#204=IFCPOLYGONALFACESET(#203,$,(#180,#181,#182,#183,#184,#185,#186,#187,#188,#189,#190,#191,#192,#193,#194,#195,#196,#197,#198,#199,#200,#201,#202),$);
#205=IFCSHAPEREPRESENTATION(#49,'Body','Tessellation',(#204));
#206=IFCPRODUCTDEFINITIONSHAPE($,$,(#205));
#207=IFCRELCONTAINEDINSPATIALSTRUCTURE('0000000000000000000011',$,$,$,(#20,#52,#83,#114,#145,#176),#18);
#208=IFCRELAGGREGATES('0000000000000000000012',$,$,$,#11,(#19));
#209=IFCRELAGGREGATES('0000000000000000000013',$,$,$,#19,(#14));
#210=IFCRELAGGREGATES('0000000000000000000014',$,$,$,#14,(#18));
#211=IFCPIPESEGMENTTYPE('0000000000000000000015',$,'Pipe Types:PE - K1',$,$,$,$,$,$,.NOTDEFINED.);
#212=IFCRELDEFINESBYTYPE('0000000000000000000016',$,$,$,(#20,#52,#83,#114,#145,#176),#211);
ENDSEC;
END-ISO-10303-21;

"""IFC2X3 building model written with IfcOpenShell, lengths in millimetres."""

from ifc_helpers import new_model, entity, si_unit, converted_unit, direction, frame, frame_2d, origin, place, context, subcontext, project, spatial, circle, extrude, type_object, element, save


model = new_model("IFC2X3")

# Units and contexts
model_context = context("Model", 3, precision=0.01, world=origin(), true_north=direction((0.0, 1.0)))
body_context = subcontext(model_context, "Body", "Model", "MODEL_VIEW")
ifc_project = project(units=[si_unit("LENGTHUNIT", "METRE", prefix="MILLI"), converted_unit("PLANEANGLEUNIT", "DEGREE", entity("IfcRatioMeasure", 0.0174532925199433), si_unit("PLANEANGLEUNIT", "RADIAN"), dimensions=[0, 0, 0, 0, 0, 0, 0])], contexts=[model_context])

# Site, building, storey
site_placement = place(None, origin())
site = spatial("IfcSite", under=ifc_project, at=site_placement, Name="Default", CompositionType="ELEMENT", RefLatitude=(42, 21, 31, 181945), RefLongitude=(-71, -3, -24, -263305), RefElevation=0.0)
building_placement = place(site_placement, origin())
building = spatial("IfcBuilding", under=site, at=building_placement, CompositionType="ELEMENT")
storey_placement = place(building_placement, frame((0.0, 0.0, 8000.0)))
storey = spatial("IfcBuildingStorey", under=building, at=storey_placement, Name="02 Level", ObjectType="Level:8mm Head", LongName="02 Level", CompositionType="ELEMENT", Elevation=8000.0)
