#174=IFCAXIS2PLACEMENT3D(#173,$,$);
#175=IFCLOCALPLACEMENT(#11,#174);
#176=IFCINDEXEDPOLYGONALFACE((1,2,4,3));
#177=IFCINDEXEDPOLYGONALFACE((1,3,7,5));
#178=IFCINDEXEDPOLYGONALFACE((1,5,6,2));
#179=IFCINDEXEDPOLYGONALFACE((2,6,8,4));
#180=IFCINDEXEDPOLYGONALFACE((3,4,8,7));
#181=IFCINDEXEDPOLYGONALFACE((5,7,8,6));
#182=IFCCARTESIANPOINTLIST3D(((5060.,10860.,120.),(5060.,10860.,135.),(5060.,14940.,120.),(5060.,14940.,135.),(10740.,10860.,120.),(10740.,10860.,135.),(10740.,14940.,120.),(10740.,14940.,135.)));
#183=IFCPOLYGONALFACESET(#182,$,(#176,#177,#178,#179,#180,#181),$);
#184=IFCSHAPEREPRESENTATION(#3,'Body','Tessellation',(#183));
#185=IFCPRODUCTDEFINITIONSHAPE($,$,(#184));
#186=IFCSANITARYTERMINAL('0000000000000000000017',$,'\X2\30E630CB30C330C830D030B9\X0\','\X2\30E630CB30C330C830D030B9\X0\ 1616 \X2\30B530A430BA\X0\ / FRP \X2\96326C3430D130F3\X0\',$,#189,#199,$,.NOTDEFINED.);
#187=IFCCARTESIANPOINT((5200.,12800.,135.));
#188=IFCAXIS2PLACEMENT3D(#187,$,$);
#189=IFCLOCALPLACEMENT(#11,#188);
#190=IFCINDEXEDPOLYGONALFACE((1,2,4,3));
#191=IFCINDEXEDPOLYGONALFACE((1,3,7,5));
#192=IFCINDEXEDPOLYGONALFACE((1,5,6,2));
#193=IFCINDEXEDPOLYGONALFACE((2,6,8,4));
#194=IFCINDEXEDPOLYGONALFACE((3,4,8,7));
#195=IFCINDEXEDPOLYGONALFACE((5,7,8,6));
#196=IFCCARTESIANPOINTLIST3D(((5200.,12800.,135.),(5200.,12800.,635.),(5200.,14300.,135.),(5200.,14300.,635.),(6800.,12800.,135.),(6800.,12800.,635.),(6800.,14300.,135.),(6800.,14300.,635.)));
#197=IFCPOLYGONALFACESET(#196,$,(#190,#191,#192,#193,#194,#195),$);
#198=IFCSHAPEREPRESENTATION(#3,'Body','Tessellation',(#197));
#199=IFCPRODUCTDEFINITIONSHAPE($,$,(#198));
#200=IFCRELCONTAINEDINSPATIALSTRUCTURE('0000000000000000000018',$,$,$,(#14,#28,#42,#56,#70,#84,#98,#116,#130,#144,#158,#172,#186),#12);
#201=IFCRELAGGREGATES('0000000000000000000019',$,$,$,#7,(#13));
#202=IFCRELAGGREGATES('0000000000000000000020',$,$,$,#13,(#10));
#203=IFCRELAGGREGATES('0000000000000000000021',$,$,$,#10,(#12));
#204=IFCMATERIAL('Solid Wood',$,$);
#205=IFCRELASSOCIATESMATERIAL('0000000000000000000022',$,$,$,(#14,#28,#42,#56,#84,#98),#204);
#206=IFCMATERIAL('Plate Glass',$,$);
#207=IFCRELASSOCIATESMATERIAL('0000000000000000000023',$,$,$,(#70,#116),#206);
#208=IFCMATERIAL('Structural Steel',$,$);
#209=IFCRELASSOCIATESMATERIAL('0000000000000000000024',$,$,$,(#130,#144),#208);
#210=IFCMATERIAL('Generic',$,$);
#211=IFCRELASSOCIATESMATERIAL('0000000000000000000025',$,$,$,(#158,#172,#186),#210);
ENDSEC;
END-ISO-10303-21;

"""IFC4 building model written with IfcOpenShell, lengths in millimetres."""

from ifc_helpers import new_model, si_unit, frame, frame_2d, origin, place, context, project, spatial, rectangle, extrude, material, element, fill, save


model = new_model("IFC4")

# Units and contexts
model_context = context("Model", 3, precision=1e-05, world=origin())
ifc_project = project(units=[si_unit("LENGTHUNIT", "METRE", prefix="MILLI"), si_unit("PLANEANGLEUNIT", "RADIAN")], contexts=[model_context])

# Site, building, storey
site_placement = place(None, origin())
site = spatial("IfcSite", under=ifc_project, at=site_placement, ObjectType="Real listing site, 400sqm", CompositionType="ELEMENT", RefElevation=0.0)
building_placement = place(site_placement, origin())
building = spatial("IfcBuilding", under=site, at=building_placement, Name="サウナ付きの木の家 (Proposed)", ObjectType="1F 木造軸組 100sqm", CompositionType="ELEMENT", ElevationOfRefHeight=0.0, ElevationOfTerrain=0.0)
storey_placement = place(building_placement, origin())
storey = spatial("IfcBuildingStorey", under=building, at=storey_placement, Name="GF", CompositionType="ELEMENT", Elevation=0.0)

● ● ● ● ●

- AIM OF THE EXERCISE: What is wanted is an exact copy of the data.

- ANSWER SPACE:
#204=IFCPOLYGONALFACESET(#203,$,(#180,#181,#182,#183,#184,#185,#186,#187,#188,#189,#190,#191,#192,#193,#194,#195,#196,#197,#198,#199,#200,#201,#202),$);
#205=IFCSHAPEREPRESENTATION(#49,'Body','Tessellation',(#204));
#206=IFCPRODUCTDEFINITIONSHAPE($,$,(#205));
#207=IFCRELCONTAINEDINSPATIALSTRUCTURE('0000000000000000000011',$,$,$,(#20,#52,#83,#114,#145,#176),#18);
#208=IFCRELAGGREGATES('0000000000000000000012',$,$,$,#11,(#19));
#209=IFCRELAGGREGATES('0000000000000000000013',$,$,$,#19,(#14));
#210=IFCRELAGGREGATES('0000000000000000000014',$,$,$,#14,(#18));
#211=IFCPIPESEGMENTTYPE('0000000000000000000015',$,'Pipe Types:PE - K1',$,$,$,$,$,$,.NOTDEFINED.);
#212=IFCRELDEFINESBYTYPE('0000000000000000000016',$,$,$,(#20,#52,#83,#114,#145,#176),#211);
ENDSEC;
END-ISO-10303-21;

"""IFC2X3 building model written with IfcOpenShell, lengths in millimetres."""

from ifc_helpers import new_model, entity, si_unit, converted_unit, direction, frame, frame_2d, origin, place, context, subcontext, project, spatial, circle, extrude, type_object, element, save


model = new_model("IFC2X3")

# Units and contexts
model_context = context("Model", 3, precision=0.01, world=origin(), true_north=direction((0.0, 1.0)))
body_context = subcontext(model_context, "Body", "Model", "MODEL_VIEW")
ifc_project = project(units=[si_unit("LENGTHUNIT", "METRE", prefix="MILLI"), converted_unit("PLANEANGLEUNIT", "DEGREE", entity("IfcRatioMeasure", 0.0174532925199433), si_unit("PLANEANGLEUNIT", "RADIAN"), dimensions=[0, 0, 0, 0, 0, 0, 0])], contexts=[model_context])

# Site, building, storey
site_placement = place(None, origin())
site = spatial("IfcSite", under=ifc_project, at=site_placement, Name="Default", CompositionType="ELEMENT", RefLatitude=(42, 21, 31, 181945), RefLongitude=(-71, -3, -24, -263305), RefElevation=0.0)
building_placement = place(site_placement, origin())
building = spatial("IfcBuilding", under=site, at=building_placement, CompositionType="ELEMENT")
storey_placement = place(building_placement, frame((0.0, 0.0, 8000.0)))
storey = spatial("IfcBuildingStorey", under=building, at=storey_placement, Name="02 Level", ObjectType="Level:8mm Head", LongName="02 Level", CompositionType="ELEMENT", Elevation=8000.0)
#174=IFCAXIS2PLACEMENT3D(#173,$,$);
#175=IFCLOCALPLACEMENT(#11,#174);
#176=IFCINDEXEDPOLYGONALFACE((1,2,4,3));
#177=IFCINDEXEDPOLYGONALFACE((1,3,7,5));
#178=IFCINDEXEDPOLYGONALFACE((1,5,6,2));
#179=IFCINDEXEDPOLYGONALFACE((2,6,8,4));
#180=IFCINDEXEDPOLYGONALFACE((3,4,8,7));
#181=IFCINDEXEDPOLYGONALFACE((5,7,8,6));
#182=IFCCARTESIANPOINTLIST3D(((5060.,10860.,120.),(5060.,10860.,135.),(5060.,14940.,120.),(5060.,14940.,135.),(10740.,10860.,120.),(10740.,10860.,135.),(10740.,14940.,120.),(10740.,14940.,135.)));
#183=IFCPOLYGONALFACESET(#182,$,(#176,#177,#178,#179,#180,#181),$);
#184=IFCSHAPEREPRESENTATION(#3,'Body','Tessellation',(#183));
#185=IFCPRODUCTDEFINITIONSHAPE($,$,(#184));
#186=IFCSANITARYTERMINAL('0000000000000000000017',$,'\X2\30E630CB30C330C830D030B9\X0\','\X2\30E630CB30C330C830D030B9\X0\ 1616 \X2\30B530A430BA\X0\ / FRP \X2\96326C3430D130F3\X0\',$,#189,#199,$,.NOTDEFINED.);
#187=IFCCARTESIANPOINT((5200.,12800.,135.));
#188=IFCAXIS2PLACEMENT3D(#187,$,$);
#189=IFCLOCALPLACEMENT(#11,#188);
#190=IFCINDEXEDPOLYGONALFACE((1,2,4,3));
#191=IFCINDEXEDPOLYGONALFACE((1,3,7,5));
#192=IFCINDEXEDPOLYGONALFACE((1,5,6,2));
#193=IFCINDEXEDPOLYGONALFACE((2,6,8,4));
#194=IFCINDEXEDPOLYGONALFACE((3,4,8,7));
#195=IFCINDEXEDPOLYGONALFACE((5,7,8,6));
#196=IFCCARTESIANPOINTLIST3D(((5200.,12800.,135.),(5200.,12800.,635.),(5200.,14300.,135.),(5200.,14300.,635.),(6800.,12800.,135.),(6800.,12800.,635.),(6800.,14300.,135.),(6800.,14300.,635.)));
#197=IFCPOLYGONALFACESET(#196,$,(#190,#191,#192,#193,#194,#195),$);
#198=IFCSHAPEREPRESENTATION(#3,'Body','Tessellation',(#197));
#199=IFCPRODUCTDEFINITIONSHAPE($,$,(#198));
#200=IFCRELCONTAINEDINSPATIALSTRUCTURE('0000000000000000000018',$,$,$,(#14,#28,#42,#56,#70,#84,#98,#116,#130,#144,#158,#172,#186),#12);
#201=IFCRELAGGREGATES('0000000000000000000019',$,$,$,#7,(#13));
#202=IFCRELAGGREGATES('0000000000000000000020',$,$,$,#13,(#10));
#203=IFCRELAGGREGATES('0000000000000000000021',$,$,$,#10,(#12));
#204=IFCMATERIAL('Solid Wood',$,$);
#205=IFCRELASSOCIATESMATERIAL('0000000000000000000022',$,$,$,(#14,#28,#42,#56,#84,#98),#204);
#206=IFCMATERIAL('Plate Glass',$,$);
#207=IFCRELASSOCIATESMATERIAL('0000000000000000000023',$,$,$,(#70,#116),#206);
#208=IFCMATERIAL('Structural Steel',$,$);
#209=IFCRELASSOCIATESMATERIAL('0000000000000000000024',$,$,$,(#130,#144),#208);
#210=IFCMATERIAL('Generic',$,$);
#211=IFCRELASSOCIATESMATERIAL('0000000000000000000025',$,$,$,(#158,#172,#186),#210);
ENDSEC;
END-ISO-10303-21;

"""IFC4 building model written with IfcOpenShell, lengths in millimetres."""

from ifc_helpers import new_model, si_unit, frame, frame_2d, origin, place, context, project, spatial, rectangle, extrude, material, element, fill, save


model = new_model("IFC4")

# Units and contexts
model_context = context("Model", 3, precision=1e-05, world=origin())
ifc_project = project(units=[si_unit("LENGTHUNIT", "METRE", prefix="MILLI"), si_unit("PLANEANGLEUNIT", "RADIAN")], contexts=[model_context])

# Site, building, storey
site_placement = place(None, origin())
site = spatial("IfcSite", under=ifc_project, at=site_placement, ObjectType="Real listing site, 400sqm", CompositionType="ELEMENT", RefElevation=0.0)
building_placement = place(site_placement, origin())
building = spatial("IfcBuilding", under=site, at=building_placement, Name="サウナ付きの木の家 (Proposed)", ObjectType="1F 木造軸組 100sqm", CompositionType="ELEMENT", ElevationOfRefHeight=0.0, ElevationOfTerrain=0.0)
storey_placement = place(building_placement, origin())
storey = spatial("IfcBuildingStorey", under=building, at=storey_placement, Name="GF", CompositionType="ELEMENT", Elevation=0.0)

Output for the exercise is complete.